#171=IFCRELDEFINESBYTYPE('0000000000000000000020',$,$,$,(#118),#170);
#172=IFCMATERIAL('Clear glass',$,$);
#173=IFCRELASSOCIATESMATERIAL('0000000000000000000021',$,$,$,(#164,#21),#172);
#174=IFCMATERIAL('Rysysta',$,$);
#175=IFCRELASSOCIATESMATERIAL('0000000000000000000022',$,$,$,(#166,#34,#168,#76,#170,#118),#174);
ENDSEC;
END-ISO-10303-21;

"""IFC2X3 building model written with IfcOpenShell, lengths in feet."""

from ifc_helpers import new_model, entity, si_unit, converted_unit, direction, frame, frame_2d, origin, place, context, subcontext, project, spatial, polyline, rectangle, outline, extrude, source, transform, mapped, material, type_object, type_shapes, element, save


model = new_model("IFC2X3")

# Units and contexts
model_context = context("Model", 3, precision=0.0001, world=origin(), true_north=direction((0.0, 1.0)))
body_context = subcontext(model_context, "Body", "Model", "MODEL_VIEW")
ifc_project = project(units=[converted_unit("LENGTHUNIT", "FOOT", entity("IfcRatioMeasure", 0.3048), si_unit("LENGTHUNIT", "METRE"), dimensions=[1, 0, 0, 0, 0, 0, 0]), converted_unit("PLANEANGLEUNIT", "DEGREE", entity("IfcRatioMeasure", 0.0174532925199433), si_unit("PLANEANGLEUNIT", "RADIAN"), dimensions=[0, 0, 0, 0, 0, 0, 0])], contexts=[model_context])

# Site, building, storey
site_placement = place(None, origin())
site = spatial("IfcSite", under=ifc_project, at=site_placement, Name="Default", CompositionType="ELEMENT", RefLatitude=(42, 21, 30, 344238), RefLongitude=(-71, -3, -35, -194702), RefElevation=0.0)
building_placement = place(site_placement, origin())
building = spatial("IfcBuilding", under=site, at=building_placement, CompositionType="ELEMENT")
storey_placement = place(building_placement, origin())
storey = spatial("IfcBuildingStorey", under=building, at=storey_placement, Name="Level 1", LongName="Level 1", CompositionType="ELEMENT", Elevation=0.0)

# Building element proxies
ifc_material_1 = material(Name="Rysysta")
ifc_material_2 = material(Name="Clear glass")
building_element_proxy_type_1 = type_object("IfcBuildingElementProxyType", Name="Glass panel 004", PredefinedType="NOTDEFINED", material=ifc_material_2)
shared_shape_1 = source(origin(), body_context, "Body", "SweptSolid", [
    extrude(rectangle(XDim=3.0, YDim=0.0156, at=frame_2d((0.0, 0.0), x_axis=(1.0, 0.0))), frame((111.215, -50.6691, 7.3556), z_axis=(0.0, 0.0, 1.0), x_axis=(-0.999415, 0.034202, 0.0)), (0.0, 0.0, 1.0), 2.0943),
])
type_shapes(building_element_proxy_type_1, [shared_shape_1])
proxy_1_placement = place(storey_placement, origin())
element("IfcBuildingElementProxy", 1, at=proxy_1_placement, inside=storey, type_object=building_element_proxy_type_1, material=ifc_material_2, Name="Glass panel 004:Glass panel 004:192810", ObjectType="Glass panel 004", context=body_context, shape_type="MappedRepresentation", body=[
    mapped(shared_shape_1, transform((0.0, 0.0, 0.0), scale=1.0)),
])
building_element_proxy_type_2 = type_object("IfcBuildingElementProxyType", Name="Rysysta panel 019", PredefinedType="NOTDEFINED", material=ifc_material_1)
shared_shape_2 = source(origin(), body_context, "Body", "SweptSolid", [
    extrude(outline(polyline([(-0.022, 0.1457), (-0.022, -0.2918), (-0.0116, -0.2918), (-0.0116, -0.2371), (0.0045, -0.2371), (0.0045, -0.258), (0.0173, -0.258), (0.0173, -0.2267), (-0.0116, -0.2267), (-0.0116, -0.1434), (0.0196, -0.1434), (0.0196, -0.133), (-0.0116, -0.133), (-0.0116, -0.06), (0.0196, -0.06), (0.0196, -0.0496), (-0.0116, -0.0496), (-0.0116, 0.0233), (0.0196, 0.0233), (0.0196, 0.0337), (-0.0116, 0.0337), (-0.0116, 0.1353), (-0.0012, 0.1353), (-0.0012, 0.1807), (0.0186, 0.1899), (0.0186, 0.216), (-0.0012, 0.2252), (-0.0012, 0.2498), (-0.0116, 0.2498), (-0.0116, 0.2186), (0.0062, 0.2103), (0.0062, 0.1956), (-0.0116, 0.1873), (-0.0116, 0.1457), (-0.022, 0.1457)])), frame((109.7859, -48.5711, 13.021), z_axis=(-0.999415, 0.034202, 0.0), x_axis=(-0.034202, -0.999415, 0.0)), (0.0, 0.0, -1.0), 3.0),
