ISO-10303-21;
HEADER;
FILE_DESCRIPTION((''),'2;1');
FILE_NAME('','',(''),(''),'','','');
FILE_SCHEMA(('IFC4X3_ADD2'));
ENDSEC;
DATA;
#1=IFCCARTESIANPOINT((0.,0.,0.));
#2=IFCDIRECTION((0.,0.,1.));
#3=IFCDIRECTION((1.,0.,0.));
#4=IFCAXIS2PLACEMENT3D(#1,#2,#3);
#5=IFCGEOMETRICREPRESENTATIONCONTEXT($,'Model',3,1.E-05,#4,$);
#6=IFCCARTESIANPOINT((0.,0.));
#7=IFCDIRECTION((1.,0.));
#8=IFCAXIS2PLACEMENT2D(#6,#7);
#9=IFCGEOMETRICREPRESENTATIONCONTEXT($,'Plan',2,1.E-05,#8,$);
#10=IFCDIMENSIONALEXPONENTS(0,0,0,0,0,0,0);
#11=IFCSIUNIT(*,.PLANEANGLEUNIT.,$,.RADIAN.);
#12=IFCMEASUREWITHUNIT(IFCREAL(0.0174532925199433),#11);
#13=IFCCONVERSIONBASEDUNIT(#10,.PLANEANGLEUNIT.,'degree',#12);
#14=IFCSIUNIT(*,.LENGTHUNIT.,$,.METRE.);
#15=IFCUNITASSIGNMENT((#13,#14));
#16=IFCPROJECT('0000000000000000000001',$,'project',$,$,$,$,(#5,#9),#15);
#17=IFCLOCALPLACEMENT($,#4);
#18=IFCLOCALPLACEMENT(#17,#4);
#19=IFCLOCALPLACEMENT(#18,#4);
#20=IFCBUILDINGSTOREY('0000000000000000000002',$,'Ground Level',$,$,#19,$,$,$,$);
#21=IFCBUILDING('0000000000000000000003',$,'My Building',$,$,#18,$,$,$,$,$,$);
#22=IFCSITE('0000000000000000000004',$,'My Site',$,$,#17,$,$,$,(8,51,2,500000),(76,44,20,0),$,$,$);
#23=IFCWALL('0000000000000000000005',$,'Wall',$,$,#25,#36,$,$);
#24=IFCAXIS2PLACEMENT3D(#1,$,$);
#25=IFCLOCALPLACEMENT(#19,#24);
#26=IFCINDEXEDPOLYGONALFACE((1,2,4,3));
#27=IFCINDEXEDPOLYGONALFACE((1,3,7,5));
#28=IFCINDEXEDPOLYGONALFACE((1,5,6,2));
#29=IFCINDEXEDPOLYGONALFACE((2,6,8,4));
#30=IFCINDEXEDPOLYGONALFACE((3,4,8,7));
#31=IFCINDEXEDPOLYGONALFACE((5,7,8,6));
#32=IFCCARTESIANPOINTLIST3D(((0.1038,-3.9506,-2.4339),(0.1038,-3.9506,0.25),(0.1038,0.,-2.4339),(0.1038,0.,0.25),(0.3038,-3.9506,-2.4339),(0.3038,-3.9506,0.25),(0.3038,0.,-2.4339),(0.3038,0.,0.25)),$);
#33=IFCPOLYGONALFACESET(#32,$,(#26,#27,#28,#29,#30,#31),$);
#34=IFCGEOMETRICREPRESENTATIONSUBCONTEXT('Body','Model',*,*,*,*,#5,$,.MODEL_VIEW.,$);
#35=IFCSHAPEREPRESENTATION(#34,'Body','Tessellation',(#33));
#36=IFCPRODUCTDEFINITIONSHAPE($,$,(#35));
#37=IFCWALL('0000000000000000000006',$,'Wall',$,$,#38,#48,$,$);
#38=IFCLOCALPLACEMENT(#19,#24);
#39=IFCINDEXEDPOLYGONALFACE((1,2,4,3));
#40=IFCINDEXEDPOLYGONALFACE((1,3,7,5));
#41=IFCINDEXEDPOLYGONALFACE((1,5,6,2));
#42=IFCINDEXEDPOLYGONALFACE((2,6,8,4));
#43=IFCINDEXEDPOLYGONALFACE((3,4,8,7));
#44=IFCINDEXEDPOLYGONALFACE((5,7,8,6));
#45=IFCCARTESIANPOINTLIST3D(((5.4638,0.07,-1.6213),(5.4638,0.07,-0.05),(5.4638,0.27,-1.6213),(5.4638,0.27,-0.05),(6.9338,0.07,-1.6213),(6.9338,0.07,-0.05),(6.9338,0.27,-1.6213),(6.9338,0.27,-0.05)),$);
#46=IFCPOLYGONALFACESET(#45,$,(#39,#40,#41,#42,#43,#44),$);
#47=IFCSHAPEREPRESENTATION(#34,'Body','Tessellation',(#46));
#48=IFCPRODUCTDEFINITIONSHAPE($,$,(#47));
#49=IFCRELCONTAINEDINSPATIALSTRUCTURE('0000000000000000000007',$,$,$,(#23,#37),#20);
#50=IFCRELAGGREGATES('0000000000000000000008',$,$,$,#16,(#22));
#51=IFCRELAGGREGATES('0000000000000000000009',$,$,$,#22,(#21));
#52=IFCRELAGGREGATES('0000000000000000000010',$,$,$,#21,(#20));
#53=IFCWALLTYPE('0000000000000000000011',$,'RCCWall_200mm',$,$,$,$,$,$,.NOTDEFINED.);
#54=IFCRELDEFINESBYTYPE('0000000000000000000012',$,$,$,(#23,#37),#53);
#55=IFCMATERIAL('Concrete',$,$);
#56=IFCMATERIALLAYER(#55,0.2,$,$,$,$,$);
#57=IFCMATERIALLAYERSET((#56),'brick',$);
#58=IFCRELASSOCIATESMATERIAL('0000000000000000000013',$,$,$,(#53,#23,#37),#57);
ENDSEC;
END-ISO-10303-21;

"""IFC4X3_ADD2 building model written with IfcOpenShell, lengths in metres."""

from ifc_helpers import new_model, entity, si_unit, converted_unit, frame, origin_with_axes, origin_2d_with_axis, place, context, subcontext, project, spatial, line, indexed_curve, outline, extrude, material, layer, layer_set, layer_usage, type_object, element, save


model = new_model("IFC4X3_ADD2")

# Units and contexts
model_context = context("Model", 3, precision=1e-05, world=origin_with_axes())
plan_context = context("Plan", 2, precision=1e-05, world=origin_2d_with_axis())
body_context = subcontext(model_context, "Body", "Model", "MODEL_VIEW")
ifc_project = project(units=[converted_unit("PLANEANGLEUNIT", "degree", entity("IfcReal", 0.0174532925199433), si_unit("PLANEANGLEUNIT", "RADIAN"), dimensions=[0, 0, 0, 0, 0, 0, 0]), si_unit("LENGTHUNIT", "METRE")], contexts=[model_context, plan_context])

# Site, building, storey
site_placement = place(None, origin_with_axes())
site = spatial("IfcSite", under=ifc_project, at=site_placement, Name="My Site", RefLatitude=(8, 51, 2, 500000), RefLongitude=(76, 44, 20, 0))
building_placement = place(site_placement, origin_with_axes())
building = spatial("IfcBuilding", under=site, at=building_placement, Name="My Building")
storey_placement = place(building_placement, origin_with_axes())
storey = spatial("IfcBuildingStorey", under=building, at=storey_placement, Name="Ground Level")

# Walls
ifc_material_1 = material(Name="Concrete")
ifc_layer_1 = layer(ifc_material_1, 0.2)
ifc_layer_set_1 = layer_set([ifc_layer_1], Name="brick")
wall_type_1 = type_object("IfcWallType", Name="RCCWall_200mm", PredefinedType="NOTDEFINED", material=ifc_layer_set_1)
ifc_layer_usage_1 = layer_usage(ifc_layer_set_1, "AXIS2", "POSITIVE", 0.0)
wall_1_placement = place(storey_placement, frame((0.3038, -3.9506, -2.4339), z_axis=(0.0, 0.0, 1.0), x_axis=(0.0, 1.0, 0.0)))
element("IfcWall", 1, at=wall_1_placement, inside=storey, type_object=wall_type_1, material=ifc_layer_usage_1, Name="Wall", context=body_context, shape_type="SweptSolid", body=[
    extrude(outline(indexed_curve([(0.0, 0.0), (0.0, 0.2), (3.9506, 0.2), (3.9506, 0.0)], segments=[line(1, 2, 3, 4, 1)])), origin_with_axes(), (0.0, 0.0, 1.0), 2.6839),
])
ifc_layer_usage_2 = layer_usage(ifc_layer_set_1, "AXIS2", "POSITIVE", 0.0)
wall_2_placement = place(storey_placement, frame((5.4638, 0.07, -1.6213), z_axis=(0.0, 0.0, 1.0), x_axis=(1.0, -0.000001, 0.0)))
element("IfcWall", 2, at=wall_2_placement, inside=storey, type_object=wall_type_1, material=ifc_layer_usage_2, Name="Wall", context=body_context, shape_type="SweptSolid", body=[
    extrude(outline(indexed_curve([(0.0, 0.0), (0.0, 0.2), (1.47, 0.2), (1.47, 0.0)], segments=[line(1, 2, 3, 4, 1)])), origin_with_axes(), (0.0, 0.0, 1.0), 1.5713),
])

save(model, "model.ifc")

Your task »
Lines from the top of the data above through the line containing "world=origin(), true_north=direction((0.0, 1.0)))" must be repeated exactly. All other lines stay out.

Response to this exercise »
#171=IFCRELDEFINESBYTYPE('0000000000000000000020',$,$,$,(#118),#170);
#172=IFCMATERIAL('Clear glass',$,$);
#173=IFCRELASSOCIATESMATERIAL('0000000000000000000021',$,$,$,(#164,#21),#172);
#174=IFCMATERIAL('Rysysta',$,$);
#175=IFCRELASSOCIATESMATERIAL('0000000000000000000022',$,$,$,(#166,#34,#168,#76,#170,#118),#174);
ENDSEC;
END-ISO-10303-21;

"""IFC2X3 building model written with IfcOpenShell, lengths in feet."""

from ifc_helpers import new_model, entity, si_unit, converted_unit, direction, frame, frame_2d, origin, place, context, subcontext, project, spatial, polyline, rectangle, outline, extrude, source, transform, mapped, material, type_object, type_shapes, element, save


model = new_model("IFC2X3")

# Units and contexts
model_context = context("Model", 3, precision=0.0001, world=origin(), true_north=direction((0.0, 1.0)))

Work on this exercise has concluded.